# Problem to work on:
Copy out all of the entries, keeping every word the same.

(Collection entries)

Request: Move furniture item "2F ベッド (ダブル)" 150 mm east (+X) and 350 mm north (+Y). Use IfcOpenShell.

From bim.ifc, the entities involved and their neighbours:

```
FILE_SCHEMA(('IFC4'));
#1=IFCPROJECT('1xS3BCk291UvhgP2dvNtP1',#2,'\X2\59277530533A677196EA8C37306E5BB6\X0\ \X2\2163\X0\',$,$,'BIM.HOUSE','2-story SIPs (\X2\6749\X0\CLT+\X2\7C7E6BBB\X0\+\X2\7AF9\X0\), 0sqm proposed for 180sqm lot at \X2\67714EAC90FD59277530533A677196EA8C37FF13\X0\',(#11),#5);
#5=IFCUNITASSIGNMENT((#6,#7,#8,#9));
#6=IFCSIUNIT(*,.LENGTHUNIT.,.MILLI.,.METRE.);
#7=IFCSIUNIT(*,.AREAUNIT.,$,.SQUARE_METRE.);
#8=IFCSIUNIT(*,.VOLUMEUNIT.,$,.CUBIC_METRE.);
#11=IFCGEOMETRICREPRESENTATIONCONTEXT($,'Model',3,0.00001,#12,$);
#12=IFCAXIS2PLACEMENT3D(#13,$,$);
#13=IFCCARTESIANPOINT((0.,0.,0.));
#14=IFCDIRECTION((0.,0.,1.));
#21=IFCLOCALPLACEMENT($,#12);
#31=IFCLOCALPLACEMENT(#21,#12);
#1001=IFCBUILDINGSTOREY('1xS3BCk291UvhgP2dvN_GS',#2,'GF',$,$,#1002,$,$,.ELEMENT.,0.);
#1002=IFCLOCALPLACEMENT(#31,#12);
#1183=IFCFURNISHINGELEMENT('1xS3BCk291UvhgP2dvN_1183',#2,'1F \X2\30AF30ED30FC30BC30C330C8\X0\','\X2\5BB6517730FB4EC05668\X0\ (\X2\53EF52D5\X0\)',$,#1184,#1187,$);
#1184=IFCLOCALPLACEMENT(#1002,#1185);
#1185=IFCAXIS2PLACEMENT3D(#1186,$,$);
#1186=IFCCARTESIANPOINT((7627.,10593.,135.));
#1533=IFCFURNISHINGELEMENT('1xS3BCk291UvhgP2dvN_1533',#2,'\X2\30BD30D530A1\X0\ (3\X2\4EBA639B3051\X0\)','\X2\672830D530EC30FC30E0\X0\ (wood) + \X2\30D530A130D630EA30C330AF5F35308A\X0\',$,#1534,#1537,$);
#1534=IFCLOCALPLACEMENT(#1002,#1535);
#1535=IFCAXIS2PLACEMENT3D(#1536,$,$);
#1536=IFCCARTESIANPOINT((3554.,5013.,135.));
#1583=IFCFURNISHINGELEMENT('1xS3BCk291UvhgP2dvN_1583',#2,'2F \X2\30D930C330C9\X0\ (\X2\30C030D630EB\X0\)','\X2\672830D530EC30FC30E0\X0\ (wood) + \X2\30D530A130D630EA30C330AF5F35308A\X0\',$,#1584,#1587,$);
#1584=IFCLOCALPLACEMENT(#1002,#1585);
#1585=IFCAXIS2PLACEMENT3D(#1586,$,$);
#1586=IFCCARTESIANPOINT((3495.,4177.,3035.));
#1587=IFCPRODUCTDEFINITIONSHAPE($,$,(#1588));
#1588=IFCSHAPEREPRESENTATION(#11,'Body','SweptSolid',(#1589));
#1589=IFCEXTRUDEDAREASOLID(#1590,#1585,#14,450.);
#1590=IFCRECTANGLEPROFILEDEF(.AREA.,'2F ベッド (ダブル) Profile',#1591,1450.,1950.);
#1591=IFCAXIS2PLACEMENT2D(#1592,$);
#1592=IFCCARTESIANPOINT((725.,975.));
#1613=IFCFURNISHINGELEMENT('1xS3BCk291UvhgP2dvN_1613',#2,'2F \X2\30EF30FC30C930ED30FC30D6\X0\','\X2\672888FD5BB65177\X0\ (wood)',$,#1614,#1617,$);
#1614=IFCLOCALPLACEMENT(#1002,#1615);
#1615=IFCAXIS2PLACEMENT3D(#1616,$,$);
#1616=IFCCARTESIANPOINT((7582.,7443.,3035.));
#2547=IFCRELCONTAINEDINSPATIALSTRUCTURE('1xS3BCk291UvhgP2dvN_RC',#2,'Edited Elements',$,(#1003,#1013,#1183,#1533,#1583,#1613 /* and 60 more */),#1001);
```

```python
import ifcopenshell
import ifcopenshell.api.geometry
import ifcopenshell.util.placement
import ifcopenshell.util.unit

model = ifcopenshell.open("bim.ifc")
unit_scale = ifcopenshell.util.unit.calculate_unit_scale(model)

item = model.by_id(1583)
matrix = ifcopenshell.util.placement.get_local_placement(item.ObjectPlacement)
matrix[0, 3] += 0.15 / unit_scale
matrix[1, 3] += 0.35 / unit_scale
ifcopenshell.api.geometry.edit_object_placement(model, product=item, matrix=matrix, is_si=False)

print(ifcopenshell.util.placement.get_local_placement(item.ObjectPlacement).round(3) + 0.0)

model.write("bim_rev.ifc")
```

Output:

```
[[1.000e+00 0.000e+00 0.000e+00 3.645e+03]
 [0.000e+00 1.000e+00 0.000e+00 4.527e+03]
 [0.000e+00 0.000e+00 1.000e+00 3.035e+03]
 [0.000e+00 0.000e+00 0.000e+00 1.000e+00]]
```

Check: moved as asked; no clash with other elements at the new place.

# Expected output:
Request: Move furniture item "2F ベッド (ダブル)" 150 mm east (+X) and 350 mm north (+Y). Use IfcOpenShell.

From bim.ifc, the entities involved and their neighbours:

```
FILE_SCHEMA(('IFC4'));
#1=IFCPROJECT('1xS3BCk291UvhgP2dvNtP1',#2,'\X2\59277530533A677196EA8C37306E5BB6\X0\ \X2\2163\X0\',$,$,'BIM.HOUSE','2-story SIPs (\X2\6749\X0\CLT+\X2\7C7E6BBB\X0\+\X2\7AF9\X0\), 0sqm proposed for 180sqm lot at \X2\67714EAC90FD59277530533A677196EA8C37FF13\X0\',(#11),#5);
#5=IFCUNITASSIGNMENT((#6,#7,#8,#9));
#6=IFCSIUNIT(*,.LENGTHUNIT.,.MILLI.,.METRE.);
#7=IFCSIUNIT(*,.AREAUNIT.,$,.SQUARE_METRE.);
#8=IFCSIUNIT(*,.VOLUMEUNIT.,$,.CUBIC_METRE.);
#11=IFCGEOMETRICREPRESENTATIONCONTEXT($,'Model',3,0.00001,#12,$);
#12=IFCAXIS2PLACEMENT3D(#13,$,$);
#13=IFCCARTESIANPOINT((0.,0.,0.));
#14=IFCDIRECTION((0.,0.,1.));
#21=IFCLOCALPLACEMENT($,#12);
#31=IFCLOCALPLACEMENT(#21,#12);
#1001=IFCBUILDINGSTOREY('1xS3BCk291UvhgP2dvN_GS',#2,'GF',$,$,#1002,$,$,.ELEMENT.,0.);
#1002=IFCLOCALPLACEMENT(#31,#12);
#1183=IFCFURNISHINGELEMENT('1xS3BCk291UvhgP2dvN_1183',#2,'1F \X2\30AF30ED30FC30BC30C330C8\X0\','\X2\5BB6517730FB4EC05668\X0\ (\X2\53EF52D5\X0\)',$,#1184,#1187,$);
#1184=IFCLOCALPLACEMENT(#1002,#1185);
#1185=IFCAXIS2PLACEMENT3D(#1186,$,$);
#1186=IFCCARTESIANPOINT((7627.,10593.,135.));
#1533=IFCFURNISHINGELEMENT('1xS3BCk291UvhgP2dvN_1533',#2,'\X2\30BD30D530A1\X0\ (3\X2\4EBA639B3051\X0\)','\X2\672830D530EC30FC30E0\X0\ (wood) + \X2\30D530A130D630EA30C330AF5F35308A\X0\',$,#1534,#1537,$);
#1534=IFCLOCALPLACEMENT(#1002,#1535);
#1535=IFCAXIS2PLACEMENT3D(#1536,$,$);
#1536=IFCCARTESIANPOINT((3554.,5013.,135.));
#1583=IFCFURNISHINGELEMENT('1xS3BCk291UvhgP2dvN_1583',#2,'2F \X2\30D930C330C9\X0\ (\X2\30C030D630EB\X0\)','\X2\672830D530EC30FC30E0\X0\ (wood) + \X2\30D530A130D630EA30C330AF5F35308A\X0\',$,#1584,#1587,$);
#1584=IFCLOCALPLACEMENT(#1002,#1585);
#1585=IFCAXIS2PLACEMENT3D(#1586,$,$);
#1586=IFCCARTESIANPOINT((3495.,4177.,3035.));
#1587=IFCPRODUCTDEFINITIONSHAPE($,$,(#1588));
#1588=IFCSHAPEREPRESENTATION(#11,'Body','SweptSolid',(#1589));
#1589=IFCEXTRUDEDAREASOLID(#1590,#1585,#14,450.);
#1590=IFCRECTANGLEPROFILEDEF(.AREA.,'2F ベッド (ダブル) Profile',#1591,1450.,1950.);
#1591=IFCAXIS2PLACEMENT2D(#1592,$);
#1592=IFCCARTESIANPOINT((725.,975.));
#1613=IFCFURNISHINGELEMENT('1xS3BCk291UvhgP2dvN_1613',#2,'2F \X2\30EF30FC30C930ED30FC30D6\X0\','\X2\672888FD5BB65177\X0\ (wood)',$,#1614,#1617,$);
#1614=IFCLOCALPLACEMENT(#1002,#1615);
#1615=IFCAXIS2PLACEMENT3D(#1616,$,$);
#1616=IFCCARTESIANPOINT((7582.,7443.,3035.));
#2547=IFCRELCONTAINEDINSPATIALSTRUCTURE('1xS3BCk291UvhgP2dvN_RC',#2,'Edited Elements',$,(#1003,#1013,#1183,#1533,#1583,#1613 /* and 60 more */),#1001);
```

```python
import ifcopenshell
import ifcopenshell.api.geometry
import ifcopenshell.util.placement
import ifcopenshell.util.unit

model = ifcopenshell.open("bim.ifc")
unit_scale = ifcopenshell.util.unit.calculate_unit_scale(model)

item = model.by_id(1583)
matrix = ifcopenshell.util.placement.get_local_placement(item.ObjectPlacement)
matrix[0, 3] += 0.15 / unit_scale
matrix[1, 3] += 0.35 / unit_scale
ifcopenshell.api.geometry.edit_object_placement(model, product=item, matrix=matrix, is_si=False)

print(ifcopenshell.util.placement.get_local_placement(item.ObjectPlacement).round(3) + 0.0)

model.write("bim_rev.ifc")
```

Output:

```
[[1.000e+00 0.000e+00 0.000e+00 3.645e+03]
 [0.000e+00 1.000e+00 0.000e+00 4.527e+03]
 [0.000e+00 0.000e+00 1.000e+00 3.035e+03]
 [0.000e+00 0.000e+00 0.000e+00 1.000e+00]]
```

Check: moved as asked; no clash with other elements at the new place.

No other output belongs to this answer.